Non-Hodgkin lymphoma (NHL) is not one disease. It is a family reunion of many related cancers that arise from the immune system, each with its own personality and pace. Biomarkers are how we read that personality. They help answer the big questions: What subtype is this? How aggressive is it? What is the best way to monitor it?1 If you have ever watched a fitness tracker turn steps into insight, biomarkers serve a similar role for lymphoma biology. They translate what is happening in the tumor into data that doctors can interpret.
This guide walks through the biomarkers that matter most in NHL, how they are used in real clinical workflows, how they influence diagnosis and monitoring, and where the limits are. The language is kept plain and precise medical terms are brought in only where they add clarity.

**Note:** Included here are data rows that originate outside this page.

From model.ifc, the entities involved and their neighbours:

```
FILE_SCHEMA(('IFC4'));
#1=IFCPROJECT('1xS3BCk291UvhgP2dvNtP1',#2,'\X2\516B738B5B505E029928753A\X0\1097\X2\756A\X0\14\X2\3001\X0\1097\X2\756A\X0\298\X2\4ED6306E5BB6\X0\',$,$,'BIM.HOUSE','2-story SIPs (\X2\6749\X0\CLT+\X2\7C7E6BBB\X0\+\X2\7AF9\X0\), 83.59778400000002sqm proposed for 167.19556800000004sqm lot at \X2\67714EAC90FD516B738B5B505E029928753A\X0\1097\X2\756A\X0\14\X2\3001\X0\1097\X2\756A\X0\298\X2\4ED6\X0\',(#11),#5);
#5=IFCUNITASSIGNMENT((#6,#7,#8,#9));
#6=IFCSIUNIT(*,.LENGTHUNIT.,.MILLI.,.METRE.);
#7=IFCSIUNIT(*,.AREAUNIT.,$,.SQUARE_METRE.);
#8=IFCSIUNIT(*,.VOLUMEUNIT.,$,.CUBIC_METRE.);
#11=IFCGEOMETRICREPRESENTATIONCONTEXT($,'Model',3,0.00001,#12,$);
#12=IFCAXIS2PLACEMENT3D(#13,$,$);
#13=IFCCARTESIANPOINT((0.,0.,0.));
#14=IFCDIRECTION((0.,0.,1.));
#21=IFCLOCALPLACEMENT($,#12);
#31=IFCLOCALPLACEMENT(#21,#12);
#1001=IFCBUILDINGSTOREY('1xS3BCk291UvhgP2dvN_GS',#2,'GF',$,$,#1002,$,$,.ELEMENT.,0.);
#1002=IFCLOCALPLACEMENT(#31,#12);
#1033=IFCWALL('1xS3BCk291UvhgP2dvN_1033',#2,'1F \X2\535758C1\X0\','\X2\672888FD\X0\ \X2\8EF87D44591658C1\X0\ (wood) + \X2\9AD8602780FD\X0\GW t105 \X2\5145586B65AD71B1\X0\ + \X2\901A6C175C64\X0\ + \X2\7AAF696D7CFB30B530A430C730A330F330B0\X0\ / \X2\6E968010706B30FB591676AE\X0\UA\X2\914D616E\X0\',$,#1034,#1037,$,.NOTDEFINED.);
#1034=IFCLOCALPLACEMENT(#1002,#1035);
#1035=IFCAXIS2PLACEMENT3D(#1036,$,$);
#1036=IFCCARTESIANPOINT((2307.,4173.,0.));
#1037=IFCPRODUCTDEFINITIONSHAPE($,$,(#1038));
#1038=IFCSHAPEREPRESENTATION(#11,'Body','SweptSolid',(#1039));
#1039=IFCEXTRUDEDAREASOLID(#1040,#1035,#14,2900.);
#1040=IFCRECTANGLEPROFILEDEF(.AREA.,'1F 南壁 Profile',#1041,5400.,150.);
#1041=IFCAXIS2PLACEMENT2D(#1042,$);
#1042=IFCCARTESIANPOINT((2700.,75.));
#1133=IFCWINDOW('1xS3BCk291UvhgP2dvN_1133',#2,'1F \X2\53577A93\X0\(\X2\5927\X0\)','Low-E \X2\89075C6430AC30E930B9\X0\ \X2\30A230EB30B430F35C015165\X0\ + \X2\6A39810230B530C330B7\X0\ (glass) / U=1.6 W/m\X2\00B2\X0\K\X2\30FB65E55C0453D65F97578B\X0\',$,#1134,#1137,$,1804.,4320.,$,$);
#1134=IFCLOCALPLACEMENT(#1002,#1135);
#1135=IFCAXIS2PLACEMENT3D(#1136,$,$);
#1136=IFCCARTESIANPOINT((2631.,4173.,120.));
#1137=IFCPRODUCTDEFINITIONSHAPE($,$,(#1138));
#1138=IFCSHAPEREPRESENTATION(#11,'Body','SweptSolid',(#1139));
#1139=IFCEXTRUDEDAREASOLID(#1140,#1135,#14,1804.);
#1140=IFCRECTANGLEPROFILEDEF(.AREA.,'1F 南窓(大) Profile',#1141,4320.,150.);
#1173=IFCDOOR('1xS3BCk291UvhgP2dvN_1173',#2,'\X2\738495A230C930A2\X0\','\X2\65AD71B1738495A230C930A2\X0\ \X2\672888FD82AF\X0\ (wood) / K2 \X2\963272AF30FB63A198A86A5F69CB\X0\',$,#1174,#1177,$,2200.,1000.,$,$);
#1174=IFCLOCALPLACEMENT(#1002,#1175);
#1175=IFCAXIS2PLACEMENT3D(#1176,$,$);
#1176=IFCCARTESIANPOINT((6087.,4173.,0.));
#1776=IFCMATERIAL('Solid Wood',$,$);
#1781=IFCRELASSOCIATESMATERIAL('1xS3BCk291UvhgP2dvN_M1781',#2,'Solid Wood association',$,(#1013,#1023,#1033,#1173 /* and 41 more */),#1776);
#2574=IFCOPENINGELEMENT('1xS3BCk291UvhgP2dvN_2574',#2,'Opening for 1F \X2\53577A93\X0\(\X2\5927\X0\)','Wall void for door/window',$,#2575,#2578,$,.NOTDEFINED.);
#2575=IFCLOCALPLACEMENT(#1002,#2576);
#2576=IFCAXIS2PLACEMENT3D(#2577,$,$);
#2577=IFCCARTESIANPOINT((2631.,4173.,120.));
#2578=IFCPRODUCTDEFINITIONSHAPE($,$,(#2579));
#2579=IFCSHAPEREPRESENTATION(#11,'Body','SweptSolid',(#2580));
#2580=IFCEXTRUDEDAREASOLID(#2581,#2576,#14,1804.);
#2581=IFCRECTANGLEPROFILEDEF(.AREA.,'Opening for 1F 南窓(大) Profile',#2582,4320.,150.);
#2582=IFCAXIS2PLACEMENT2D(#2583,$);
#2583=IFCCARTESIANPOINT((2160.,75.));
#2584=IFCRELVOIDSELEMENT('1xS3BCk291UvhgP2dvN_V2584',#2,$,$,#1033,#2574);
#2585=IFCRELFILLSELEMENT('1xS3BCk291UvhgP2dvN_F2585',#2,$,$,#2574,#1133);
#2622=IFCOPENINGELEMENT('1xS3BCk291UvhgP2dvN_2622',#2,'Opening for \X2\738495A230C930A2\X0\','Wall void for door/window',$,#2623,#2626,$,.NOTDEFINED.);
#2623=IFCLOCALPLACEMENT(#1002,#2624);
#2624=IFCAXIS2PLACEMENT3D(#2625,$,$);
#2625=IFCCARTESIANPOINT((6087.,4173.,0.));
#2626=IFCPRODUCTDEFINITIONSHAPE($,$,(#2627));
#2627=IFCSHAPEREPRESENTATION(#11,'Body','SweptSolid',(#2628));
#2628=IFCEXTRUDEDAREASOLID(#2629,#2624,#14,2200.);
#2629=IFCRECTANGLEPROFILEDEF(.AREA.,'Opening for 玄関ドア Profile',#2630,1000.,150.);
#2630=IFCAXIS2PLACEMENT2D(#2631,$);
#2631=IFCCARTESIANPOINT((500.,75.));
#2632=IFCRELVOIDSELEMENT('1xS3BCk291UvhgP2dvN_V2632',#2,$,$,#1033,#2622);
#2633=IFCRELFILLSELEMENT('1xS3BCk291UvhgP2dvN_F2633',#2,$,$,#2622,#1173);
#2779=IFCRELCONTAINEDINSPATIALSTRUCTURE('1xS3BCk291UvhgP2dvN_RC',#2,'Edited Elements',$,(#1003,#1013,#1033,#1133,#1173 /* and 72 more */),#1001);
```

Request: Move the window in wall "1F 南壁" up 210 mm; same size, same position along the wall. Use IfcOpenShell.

```python
import numpy as np
import ifcopenshell
import ifcopenshell.api.geometry
import ifcopenshell.util.placement
import ifcopenshell.util.unit

model = ifcopenshell.open("model.ifc")
unit_scale = ifcopenshell.util.unit.calculate_unit_scale(model)

window = model.by_id(1133)
opening = window.FillsVoids[0].RelatingOpeningElement
dz = 0.21 / unit_scale

shift = np.array([0.0, 0.0, dz])
# The window is not placed relative to its opening, so move both.
for product in (opening, window):
    matrix = ifcopenshell.util.placement.get_local_placement(product.ObjectPlacement)
    matrix[:3, 3] += shift
    ifcopenshell.api.geometry.edit_object_placement(model, product=product, matrix=matrix, is_si=False)

print(f"moved by {dz * unit_scale:+.3f} m")

model.write("model_updated.ifc")
```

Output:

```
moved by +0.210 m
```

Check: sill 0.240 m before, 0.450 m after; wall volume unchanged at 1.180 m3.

Why biomarkers matter in NHL
NHLs usually start in B cells or T/NK cells, the white blood cells that run immune surveillance. Under the microscope, many lymphomas can look similar. Biomarkers bring specificity. They fall into a few buckets:
- Diagnostic: Identify the exact lymphoma subtype and its cell of origin.1
- Prognostic: Estimate risk of progression or relapse.2
- Predictive: Suggest whether a tumor is likely to respond to a targeted approach.
- Monitoring: Track response or detect minimal residual disease (MRD).3
Modern classifications, including the 5th edition WHO framework and International Consensus Classification, rely on a blend of tissue markers, chromosomal changes, and gene mutations.1 ⁴ In practical terms, the right biomarkers help avoid mislabeling, reduce uncertainty, and align care with the tumor's actual biology. Large validation studies back many of these markers, though specific tests vary by center and region.
The diagnostic starting line: the biopsy
Everything starts with tissue. An excisional lymph node biopsy is ideal because it preserves architecture, which is crucial for classification.1 When that is not possible, a core needle biopsy can still deliver enough for most studies. Fine-needle aspiration alone often falls short because it lacks tissue context.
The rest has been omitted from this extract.